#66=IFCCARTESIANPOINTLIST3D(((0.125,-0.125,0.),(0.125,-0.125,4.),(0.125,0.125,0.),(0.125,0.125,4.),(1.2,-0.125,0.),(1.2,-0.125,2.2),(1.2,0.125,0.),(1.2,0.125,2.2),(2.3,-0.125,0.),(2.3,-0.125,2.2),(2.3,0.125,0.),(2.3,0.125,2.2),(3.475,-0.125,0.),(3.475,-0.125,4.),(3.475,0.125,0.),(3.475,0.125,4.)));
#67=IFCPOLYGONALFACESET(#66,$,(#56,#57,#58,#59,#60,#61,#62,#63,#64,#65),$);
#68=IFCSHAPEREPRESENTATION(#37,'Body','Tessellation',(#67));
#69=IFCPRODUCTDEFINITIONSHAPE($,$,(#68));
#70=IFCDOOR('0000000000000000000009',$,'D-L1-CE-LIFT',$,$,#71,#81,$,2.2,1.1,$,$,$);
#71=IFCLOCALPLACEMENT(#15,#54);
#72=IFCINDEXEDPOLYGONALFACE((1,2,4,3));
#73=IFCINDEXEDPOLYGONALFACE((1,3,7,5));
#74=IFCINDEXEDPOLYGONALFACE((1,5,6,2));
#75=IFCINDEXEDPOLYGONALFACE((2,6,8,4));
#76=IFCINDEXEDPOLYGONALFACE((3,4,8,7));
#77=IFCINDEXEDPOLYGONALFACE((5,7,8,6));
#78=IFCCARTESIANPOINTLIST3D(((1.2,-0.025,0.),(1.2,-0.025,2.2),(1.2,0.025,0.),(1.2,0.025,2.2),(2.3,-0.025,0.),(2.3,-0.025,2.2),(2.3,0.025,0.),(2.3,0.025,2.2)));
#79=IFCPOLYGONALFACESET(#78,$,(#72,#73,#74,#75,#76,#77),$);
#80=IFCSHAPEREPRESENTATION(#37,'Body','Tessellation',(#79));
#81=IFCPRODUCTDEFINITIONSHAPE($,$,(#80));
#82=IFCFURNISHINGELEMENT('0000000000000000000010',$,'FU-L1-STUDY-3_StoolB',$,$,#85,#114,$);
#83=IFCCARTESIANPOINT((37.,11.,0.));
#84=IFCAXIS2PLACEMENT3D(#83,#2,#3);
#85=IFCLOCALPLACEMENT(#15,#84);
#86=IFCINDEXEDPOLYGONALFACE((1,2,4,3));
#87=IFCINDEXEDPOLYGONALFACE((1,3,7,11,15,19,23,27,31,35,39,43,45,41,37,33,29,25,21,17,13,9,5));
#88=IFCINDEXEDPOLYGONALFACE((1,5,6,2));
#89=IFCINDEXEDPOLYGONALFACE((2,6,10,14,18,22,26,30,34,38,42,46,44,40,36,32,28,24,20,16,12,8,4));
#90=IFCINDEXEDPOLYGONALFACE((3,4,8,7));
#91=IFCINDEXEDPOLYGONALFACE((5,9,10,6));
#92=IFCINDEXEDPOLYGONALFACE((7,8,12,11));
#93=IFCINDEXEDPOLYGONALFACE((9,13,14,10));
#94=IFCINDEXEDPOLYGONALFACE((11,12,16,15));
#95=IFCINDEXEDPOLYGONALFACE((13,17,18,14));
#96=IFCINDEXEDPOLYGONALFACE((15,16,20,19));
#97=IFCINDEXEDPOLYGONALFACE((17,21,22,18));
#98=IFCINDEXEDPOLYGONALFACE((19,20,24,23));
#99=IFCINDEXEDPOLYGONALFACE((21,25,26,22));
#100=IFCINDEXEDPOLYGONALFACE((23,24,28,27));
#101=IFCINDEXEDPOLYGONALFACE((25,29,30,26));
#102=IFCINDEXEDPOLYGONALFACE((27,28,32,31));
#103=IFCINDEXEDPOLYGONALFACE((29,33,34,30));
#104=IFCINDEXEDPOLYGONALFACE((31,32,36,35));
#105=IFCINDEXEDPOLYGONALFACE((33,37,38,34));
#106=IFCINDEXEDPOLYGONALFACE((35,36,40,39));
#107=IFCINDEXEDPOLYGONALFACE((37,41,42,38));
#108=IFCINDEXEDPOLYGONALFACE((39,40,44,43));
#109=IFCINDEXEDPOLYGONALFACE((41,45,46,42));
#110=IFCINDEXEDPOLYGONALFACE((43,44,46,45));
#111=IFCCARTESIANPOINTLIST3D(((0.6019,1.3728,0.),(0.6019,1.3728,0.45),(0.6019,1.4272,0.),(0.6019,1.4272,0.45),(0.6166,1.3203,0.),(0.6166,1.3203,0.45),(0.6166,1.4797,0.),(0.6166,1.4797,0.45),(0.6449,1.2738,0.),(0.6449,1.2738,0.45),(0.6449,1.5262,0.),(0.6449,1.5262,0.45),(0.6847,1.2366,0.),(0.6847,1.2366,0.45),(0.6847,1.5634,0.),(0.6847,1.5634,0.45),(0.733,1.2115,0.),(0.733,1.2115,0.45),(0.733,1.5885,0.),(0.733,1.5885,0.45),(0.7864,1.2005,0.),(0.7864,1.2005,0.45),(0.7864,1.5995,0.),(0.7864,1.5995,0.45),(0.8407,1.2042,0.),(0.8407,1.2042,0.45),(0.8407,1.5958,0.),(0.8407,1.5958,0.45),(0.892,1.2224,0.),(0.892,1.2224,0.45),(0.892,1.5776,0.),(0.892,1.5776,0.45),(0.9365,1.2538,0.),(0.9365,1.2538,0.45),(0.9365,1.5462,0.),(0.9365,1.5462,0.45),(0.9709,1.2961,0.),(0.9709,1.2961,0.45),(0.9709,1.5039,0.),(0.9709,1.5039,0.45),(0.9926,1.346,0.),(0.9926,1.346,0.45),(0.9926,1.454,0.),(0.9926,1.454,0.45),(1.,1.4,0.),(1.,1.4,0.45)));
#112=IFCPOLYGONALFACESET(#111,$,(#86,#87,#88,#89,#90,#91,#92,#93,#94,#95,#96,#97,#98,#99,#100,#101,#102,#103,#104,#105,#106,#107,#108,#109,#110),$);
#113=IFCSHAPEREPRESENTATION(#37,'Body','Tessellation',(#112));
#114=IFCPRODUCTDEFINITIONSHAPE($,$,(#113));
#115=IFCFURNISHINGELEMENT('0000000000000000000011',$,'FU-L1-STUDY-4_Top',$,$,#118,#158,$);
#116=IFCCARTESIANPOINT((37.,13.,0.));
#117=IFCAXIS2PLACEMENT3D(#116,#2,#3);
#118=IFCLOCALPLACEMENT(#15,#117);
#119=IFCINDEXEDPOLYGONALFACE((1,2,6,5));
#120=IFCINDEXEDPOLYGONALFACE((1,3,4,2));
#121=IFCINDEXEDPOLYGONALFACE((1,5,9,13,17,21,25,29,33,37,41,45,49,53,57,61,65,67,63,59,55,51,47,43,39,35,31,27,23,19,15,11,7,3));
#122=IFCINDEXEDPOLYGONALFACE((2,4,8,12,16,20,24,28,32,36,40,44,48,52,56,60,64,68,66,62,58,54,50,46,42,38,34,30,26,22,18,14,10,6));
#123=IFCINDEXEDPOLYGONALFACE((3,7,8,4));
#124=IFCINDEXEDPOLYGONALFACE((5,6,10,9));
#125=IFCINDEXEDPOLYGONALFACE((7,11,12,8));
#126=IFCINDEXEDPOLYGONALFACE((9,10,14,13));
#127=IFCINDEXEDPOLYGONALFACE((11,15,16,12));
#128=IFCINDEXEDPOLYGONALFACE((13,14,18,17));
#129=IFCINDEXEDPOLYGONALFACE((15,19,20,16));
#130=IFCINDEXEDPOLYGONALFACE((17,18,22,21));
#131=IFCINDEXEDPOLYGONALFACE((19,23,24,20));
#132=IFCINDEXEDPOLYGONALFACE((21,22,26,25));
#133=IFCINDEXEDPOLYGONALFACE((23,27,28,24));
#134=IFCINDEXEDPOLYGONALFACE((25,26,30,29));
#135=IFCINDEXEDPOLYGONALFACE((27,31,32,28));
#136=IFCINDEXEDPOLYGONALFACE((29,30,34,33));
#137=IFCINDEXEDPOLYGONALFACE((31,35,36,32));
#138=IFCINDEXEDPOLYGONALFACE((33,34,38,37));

——

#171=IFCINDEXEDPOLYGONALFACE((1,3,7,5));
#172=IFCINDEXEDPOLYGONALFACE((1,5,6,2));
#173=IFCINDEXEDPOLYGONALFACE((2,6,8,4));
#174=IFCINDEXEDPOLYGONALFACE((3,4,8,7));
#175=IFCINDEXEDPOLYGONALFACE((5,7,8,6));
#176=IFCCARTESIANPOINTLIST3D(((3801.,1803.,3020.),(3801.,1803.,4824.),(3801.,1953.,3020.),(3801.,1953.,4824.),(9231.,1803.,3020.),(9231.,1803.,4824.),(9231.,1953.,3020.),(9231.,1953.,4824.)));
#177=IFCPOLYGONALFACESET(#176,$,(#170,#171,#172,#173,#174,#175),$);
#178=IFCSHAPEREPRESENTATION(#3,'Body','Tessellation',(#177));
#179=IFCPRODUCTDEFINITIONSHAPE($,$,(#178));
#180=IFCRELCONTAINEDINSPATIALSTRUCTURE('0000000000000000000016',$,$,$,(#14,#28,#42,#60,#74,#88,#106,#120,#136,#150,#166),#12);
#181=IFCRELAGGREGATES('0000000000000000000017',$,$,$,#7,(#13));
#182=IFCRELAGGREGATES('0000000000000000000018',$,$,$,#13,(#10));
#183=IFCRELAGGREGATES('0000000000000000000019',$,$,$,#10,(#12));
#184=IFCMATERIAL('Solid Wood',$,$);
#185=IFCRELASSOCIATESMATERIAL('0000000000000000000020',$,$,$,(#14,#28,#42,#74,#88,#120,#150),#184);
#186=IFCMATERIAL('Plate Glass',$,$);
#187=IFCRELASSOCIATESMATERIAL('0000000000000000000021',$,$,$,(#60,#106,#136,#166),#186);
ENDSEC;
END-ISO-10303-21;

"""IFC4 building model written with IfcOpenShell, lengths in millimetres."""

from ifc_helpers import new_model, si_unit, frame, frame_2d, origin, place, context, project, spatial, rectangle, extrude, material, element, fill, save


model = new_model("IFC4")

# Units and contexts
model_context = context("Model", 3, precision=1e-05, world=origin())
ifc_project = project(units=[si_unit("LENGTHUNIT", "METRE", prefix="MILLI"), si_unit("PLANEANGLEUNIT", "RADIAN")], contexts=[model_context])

——

Please, from the entries above, set down exactly the lines from the one containing "#71=IFCLOCALPLACEMENT(#15,#54);" through the one containing "#110=IFCINDEXEDPOLYGONALFACE((43,44,46,45));", and only those.

#71=IFCLOCALPLACEMENT(#15,#54);
#72=IFCINDEXEDPOLYGONALFACE((1,2,4,3));
#73=IFCINDEXEDPOLYGONALFACE((1,3,7,5));
#74=IFCINDEXEDPOLYGONALFACE((1,5,6,2));
#75=IFCINDEXEDPOLYGONALFACE((2,6,8,4));
#76=IFCINDEXEDPOLYGONALFACE((3,4,8,7));
#77=IFCINDEXEDPOLYGONALFACE((5,7,8,6));
#78=IFCCARTESIANPOINTLIST3D(((1.2,-0.025,0.),(1.2,-0.025,2.2),(1.2,0.025,0.),(1.2,0.025,2.2),(2.3,-0.025,0.),(2.3,-0.025,2.2),(2.3,0.025,0.),(2.3,0.025,2.2)));
#79=IFCPOLYGONALFACESET(#78,$,(#72,#73,#74,#75,#76,#77),$);
#80=IFCSHAPEREPRESENTATION(#37,'Body','Tessellation',(#79));
#81=IFCPRODUCTDEFINITIONSHAPE($,$,(#80));
#82=IFCFURNISHINGELEMENT('0000000000000000000010',$,'FU-L1-STUDY-3_StoolB',$,$,#85,#114,$);
#83=IFCCARTESIANPOINT((37.,11.,0.));
#84=IFCAXIS2PLACEMENT3D(#83,#2,#3);
#85=IFCLOCALPLACEMENT(#15,#84);
#86=IFCINDEXEDPOLYGONALFACE((1,2,4,3));
#87=IFCINDEXEDPOLYGONALFACE((1,3,7,11,15,19,23,27,31,35,39,43,45,41,37,33,29,25,21,17,13,9,5));
#88=IFCINDEXEDPOLYGONALFACE((1,5,6,2));
#89=IFCINDEXEDPOLYGONALFACE((2,6,10,14,18,22,26,30,34,38,42,46,44,40,36,32,28,24,20,16,12,8,4));
#90=IFCINDEXEDPOLYGONALFACE((3,4,8,7));
#91=IFCINDEXEDPOLYGONALFACE((5,9,10,6));
#92=IFCINDEXEDPOLYGONALFACE((7,8,12,11));
#93=IFCINDEXEDPOLYGONALFACE((9,13,14,10));
#94=IFCINDEXEDPOLYGONALFACE((11,12,16,15));
#95=IFCINDEXEDPOLYGONALFACE((13,17,18,14));
#96=IFCINDEXEDPOLYGONALFACE((15,16,20,19));
#97=IFCINDEXEDPOLYGONALFACE((17,21,22,18));
#98=IFCINDEXEDPOLYGONALFACE((19,20,24,23));
#99=IFCINDEXEDPOLYGONALFACE((21,25,26,22));
#100=IFCINDEXEDPOLYGONALFACE((23,24,28,27));
#101=IFCINDEXEDPOLYGONALFACE((25,29,30,26));
#102=IFCINDEXEDPOLYGONALFACE((27,28,32,31));
#103=IFCINDEXEDPOLYGONALFACE((29,33,34,30));
#104=IFCINDEXEDPOLYGONALFACE((31,32,36,35));
#105=IFCINDEXEDPOLYGONALFACE((33,37,38,34));
#106=IFCINDEXEDPOLYGONALFACE((35,36,40,39));
#107=IFCINDEXEDPOLYGONALFACE((37,41,42,38));
#108=IFCINDEXEDPOLYGONALFACE((39,40,44,43));
#109=IFCINDEXEDPOLYGONALFACE((41,45,46,42));
#110=IFCINDEXEDPOLYGONALFACE((43,44,46,45));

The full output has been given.